[Saved data entries]
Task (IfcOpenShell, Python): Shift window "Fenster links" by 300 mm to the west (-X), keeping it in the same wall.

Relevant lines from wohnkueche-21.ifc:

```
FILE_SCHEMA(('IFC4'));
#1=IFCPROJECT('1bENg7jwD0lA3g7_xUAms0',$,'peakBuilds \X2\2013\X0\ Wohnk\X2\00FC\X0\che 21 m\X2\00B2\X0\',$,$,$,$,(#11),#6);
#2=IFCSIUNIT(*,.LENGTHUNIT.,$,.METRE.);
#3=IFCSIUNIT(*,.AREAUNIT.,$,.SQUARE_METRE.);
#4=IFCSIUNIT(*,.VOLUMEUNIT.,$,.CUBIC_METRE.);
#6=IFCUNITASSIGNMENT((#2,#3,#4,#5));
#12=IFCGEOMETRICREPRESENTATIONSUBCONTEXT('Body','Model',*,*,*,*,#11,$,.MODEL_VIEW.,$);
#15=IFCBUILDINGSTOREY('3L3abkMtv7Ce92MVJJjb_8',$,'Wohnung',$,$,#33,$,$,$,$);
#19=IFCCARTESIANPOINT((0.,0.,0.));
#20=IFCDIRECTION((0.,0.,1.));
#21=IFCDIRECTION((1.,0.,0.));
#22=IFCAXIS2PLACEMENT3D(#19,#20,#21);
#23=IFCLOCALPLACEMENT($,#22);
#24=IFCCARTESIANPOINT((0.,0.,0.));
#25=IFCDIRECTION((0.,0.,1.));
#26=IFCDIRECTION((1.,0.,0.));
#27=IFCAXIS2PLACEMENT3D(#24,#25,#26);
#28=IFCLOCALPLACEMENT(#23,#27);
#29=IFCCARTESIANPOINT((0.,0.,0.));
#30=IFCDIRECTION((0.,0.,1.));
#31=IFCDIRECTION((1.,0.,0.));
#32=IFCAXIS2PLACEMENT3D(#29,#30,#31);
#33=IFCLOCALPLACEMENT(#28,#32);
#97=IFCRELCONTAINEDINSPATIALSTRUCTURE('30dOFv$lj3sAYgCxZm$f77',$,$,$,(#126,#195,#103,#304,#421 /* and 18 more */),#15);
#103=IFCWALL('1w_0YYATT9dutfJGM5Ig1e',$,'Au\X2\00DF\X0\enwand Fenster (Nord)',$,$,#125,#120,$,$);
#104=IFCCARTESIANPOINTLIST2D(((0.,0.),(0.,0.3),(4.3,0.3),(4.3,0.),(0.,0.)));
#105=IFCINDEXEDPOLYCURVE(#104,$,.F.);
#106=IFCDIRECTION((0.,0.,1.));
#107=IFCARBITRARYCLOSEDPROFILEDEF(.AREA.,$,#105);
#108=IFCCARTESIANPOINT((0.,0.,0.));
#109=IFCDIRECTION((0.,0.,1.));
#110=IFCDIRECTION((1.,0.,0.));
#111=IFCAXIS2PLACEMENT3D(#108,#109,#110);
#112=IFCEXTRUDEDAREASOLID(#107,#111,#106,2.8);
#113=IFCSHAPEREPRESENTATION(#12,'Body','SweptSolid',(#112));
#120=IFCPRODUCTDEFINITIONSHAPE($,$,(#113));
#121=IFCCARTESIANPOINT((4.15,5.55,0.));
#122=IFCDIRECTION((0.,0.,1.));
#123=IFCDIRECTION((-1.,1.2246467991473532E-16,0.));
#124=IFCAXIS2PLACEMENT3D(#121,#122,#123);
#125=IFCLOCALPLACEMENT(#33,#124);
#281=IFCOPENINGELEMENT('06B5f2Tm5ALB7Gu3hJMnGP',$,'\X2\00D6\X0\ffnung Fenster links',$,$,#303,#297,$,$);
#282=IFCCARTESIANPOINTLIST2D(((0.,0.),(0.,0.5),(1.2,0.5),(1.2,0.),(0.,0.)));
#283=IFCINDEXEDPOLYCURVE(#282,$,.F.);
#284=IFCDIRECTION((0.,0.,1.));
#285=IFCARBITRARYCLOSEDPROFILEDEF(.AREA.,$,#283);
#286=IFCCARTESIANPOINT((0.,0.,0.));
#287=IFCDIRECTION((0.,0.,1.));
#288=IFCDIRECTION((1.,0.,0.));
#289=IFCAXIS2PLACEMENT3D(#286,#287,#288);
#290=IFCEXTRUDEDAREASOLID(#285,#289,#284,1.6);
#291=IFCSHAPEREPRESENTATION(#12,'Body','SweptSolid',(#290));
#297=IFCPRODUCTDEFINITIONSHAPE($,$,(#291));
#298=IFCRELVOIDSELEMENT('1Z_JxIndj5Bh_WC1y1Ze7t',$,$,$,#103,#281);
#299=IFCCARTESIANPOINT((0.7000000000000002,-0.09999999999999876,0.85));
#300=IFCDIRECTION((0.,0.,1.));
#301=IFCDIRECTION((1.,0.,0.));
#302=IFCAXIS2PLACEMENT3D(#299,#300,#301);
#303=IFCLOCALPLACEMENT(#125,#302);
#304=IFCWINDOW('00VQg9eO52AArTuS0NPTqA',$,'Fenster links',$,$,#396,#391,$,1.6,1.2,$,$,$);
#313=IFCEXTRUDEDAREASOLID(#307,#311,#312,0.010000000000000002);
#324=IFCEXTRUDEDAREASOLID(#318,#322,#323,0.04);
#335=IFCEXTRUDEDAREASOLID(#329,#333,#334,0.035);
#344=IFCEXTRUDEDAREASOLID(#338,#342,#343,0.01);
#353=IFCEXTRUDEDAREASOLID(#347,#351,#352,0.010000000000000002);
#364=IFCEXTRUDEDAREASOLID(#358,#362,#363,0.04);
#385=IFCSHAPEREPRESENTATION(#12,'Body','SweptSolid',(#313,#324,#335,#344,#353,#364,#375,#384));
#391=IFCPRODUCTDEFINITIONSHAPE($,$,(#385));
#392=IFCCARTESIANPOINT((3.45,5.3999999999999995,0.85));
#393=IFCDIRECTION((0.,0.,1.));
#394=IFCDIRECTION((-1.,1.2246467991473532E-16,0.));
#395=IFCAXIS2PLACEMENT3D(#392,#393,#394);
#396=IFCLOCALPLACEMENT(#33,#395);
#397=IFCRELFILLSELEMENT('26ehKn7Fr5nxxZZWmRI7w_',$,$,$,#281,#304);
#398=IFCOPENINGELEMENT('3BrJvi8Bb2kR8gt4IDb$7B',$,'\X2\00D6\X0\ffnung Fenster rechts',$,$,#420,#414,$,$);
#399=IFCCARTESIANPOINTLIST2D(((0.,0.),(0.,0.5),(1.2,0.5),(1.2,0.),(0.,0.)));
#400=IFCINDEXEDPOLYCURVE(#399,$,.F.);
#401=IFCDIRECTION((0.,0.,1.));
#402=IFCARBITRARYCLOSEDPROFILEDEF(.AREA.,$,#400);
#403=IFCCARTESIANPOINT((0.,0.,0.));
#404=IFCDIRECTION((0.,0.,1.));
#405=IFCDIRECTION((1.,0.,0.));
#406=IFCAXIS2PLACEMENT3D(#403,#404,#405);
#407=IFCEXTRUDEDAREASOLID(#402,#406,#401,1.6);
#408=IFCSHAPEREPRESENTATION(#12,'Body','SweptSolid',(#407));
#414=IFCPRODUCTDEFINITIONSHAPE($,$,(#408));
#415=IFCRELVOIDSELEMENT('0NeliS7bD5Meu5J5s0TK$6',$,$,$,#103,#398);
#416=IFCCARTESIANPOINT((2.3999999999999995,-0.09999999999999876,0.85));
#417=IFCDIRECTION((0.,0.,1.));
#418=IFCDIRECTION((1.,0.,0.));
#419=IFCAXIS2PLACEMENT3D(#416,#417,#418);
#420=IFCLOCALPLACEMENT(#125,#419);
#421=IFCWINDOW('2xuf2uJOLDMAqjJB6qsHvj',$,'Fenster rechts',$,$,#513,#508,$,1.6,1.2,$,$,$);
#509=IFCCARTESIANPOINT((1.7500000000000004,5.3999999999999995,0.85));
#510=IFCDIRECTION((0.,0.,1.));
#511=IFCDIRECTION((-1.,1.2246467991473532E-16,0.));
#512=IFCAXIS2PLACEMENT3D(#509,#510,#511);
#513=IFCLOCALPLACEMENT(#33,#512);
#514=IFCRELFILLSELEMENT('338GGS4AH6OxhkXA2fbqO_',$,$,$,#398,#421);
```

```python
import ifcopenshell
import ifcopenshell.api.geometry
import ifcopenshell.util.placement

model = ifcopenshell.open("wohnkueche-21.ifc")

window = model.by_guid("00VQg9eO52AArTuS0NPTqA")
opening = window.FillsVoids[0].RelatingOpeningElement
wall = opening.VoidsElements[0].RelatingBuildingElement

wall_matrix = ifcopenshell.util.placement.get_local_placement(wall.ObjectPlacement)
shift = wall_matrix[:3, 0] * 0.3
before = ifcopenshell.util.placement.get_local_placement(window.ObjectPlacement)[:3, 3].copy()

# The window is not placed relative to its opening, so move both.
for product in (opening, window):
    matrix = ifcopenshell.util.placement.get_local_placement(product.ObjectPlacement)
    matrix[:3, 3] += shift
    ifcopenshell.api.geometry.edit_object_placement(model, product=product, matrix=matrix, is_si=False)

after = ifcopenshell.util.placement.get_local_placement(window.ObjectPlacement)[:3, 3]
print("window moved by", (after - before).round(3) + 0.0)

model.write("wohnkueche-21_v2.ifc")
```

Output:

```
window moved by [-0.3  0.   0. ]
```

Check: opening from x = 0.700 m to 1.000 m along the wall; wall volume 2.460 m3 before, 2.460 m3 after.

> [EXERCISE AIM]: Working through the entries above, copy every line in which "IFCOPENINGELEMENT" is found.

> [EXPECTED ANSWER]:
#281=IFCOPENINGELEMENT('06B5f2Tm5ALB7Gu3hJMnGP',$,'\X2\00D6\X0\ffnung Fenster links',$,$,#303,#297,$,$);
#398=IFCOPENINGELEMENT('3BrJvi8Bb2kR8gt4IDb$7B',$,'\X2\00D6\X0\ffnung Fenster rechts',$,$,#420,#414,$,$);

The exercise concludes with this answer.